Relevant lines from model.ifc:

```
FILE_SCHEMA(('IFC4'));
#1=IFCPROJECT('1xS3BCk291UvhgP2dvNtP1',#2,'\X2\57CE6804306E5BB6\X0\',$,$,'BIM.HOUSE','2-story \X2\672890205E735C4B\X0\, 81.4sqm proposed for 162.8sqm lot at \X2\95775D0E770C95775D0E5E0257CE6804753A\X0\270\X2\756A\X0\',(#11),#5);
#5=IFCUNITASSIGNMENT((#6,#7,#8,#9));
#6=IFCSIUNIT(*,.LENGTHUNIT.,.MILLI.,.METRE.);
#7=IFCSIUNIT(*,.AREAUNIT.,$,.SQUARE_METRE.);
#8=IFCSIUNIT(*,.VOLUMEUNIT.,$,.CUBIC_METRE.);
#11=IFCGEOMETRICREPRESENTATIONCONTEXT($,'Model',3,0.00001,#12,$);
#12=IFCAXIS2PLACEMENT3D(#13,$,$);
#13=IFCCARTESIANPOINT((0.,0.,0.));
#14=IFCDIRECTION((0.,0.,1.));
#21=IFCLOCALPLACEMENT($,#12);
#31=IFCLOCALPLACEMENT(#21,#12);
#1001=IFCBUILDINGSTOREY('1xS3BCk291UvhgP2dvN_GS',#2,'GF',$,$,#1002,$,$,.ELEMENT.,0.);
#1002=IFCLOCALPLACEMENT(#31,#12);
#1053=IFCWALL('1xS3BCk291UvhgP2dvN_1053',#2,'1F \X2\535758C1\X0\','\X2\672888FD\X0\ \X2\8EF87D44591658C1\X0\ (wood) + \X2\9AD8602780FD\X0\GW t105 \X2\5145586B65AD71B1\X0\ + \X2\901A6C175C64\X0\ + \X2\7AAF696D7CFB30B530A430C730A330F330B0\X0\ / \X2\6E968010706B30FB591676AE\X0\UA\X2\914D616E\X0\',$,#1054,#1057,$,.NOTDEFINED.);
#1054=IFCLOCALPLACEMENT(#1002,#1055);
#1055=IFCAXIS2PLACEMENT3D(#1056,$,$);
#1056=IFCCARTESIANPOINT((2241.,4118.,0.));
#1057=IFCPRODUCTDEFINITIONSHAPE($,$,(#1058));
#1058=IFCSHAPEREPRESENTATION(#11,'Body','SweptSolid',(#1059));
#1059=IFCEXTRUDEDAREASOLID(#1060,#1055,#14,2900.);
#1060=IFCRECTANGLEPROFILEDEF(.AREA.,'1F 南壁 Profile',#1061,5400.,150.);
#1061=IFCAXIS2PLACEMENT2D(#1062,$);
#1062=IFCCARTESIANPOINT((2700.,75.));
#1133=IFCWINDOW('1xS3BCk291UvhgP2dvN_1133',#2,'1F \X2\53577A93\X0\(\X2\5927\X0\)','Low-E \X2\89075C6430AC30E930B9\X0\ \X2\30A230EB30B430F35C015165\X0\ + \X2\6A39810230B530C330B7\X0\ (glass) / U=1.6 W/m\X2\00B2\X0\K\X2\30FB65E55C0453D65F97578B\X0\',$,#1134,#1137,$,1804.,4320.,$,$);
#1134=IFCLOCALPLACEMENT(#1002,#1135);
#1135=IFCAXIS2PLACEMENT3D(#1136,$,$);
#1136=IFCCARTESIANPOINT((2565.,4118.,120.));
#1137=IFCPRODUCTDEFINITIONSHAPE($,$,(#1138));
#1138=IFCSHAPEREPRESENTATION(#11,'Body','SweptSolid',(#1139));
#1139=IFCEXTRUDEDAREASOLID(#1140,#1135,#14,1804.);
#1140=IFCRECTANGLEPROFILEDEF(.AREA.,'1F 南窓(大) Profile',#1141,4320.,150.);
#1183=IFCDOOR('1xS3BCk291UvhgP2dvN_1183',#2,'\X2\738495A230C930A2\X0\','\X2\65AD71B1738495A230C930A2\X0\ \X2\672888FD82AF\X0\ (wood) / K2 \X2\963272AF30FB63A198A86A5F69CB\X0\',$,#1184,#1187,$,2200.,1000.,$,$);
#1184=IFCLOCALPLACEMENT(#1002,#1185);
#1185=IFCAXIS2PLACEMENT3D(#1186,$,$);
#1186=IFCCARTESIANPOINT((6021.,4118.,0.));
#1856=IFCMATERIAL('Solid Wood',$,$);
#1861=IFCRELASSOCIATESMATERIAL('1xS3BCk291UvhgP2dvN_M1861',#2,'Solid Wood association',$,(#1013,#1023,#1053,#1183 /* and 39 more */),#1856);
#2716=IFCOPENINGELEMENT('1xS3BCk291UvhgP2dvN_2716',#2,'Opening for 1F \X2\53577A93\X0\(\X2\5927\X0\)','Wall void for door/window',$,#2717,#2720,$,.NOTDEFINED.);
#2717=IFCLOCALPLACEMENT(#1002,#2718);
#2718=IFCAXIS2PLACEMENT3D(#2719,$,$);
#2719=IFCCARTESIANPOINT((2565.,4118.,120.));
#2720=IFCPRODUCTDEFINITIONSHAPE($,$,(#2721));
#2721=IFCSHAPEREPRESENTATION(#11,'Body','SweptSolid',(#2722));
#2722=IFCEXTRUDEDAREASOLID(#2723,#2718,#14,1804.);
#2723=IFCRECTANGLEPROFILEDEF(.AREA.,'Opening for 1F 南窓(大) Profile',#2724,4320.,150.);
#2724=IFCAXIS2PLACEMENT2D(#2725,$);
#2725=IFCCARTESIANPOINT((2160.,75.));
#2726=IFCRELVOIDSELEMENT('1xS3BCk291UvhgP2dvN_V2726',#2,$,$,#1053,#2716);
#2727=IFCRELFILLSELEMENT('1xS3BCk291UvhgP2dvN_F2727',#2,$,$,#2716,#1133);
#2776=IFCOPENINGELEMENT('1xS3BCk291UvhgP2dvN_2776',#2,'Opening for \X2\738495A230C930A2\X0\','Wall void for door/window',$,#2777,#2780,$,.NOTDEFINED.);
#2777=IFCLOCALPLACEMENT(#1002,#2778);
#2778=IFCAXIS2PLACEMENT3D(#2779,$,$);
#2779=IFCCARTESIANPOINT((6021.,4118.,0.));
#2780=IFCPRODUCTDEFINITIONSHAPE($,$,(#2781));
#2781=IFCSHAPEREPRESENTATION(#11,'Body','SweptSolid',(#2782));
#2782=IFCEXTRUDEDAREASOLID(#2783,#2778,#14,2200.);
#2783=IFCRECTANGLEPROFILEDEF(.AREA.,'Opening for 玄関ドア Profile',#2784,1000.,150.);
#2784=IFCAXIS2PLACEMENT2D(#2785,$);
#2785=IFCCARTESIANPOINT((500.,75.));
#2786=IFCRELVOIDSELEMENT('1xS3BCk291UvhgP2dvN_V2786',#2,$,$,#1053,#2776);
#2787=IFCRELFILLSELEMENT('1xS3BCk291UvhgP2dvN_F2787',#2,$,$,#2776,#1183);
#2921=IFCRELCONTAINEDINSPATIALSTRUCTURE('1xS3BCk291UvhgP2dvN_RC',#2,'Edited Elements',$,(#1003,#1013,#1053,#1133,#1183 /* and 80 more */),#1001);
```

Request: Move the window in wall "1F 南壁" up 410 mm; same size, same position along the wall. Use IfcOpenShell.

```python
import numpy as np
import ifcopenshell
import ifcopenshell.api.geometry
import ifcopenshell.util.placement
import ifcopenshell.util.unit

model = ifcopenshell.open("model.ifc")
unit_scale = ifcopenshell.util.unit.calculate_unit_scale(model)

window = model.by_guid("1xS3BCk291UvhgP2dvN_1133")
opening = window.FillsVoids[0].RelatingOpeningElement
dz = 410.0

shift = np.array([0.0, 0.0, dz])
# The window is not placed relative to its opening, so move both.
for product in (opening, window):
    matrix = ifcopenshell.util.placement.get_local_placement(product.ObjectPlacement)
    matrix[:3, 3] += shift
    ifcopenshell.api.geometry.edit_object_placement(model, product=product, matrix=matrix, is_si=False)

print(f"moved by {dz * unit_scale:+.3f} m")

model.write("model_edited.ifc")
```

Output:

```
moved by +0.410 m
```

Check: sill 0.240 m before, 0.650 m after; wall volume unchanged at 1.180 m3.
□ □ □ □
Across the whole listing above, report each line that includes "NOTDEFINED".

#1053=IFCWALL('1xS3BCk291UvhgP2dvN_1053',#2,'1F \X2\535758C1\X0\','\X2\672888FD\X0\ \X2\8EF87D44591658C1\X0\ (wood) + \X2\9AD8602780FD\X0\GW t105 \X2\5145586B65AD71B1\X0\ + \X2\901A6C175C64\X0\ + \X2\7AAF696D7CFB30B530A430C730A330F330B0\X0\ / \X2\6E968010706B30FB591676AE\X0\UA\X2\914D616E\X0\',$,#1054,#1057,$,.NOTDEFINED.);
#2716=IFCOPENINGELEMENT('1xS3BCk291UvhgP2dvN_2716',#2,'Opening for 1F \X2\53577A93\X0\(\X2\5927\X0\)','Wall void for door/window',$,#2717,#2720,$,.NOTDEFINED.);
#2776=IFCOPENINGELEMENT('1xS3BCk291UvhgP2dvN_2776',#2,'Opening for \X2\738495A230C930A2\X0\','Wall void for door/window',$,#2777,#2780,$,.NOTDEFINED.);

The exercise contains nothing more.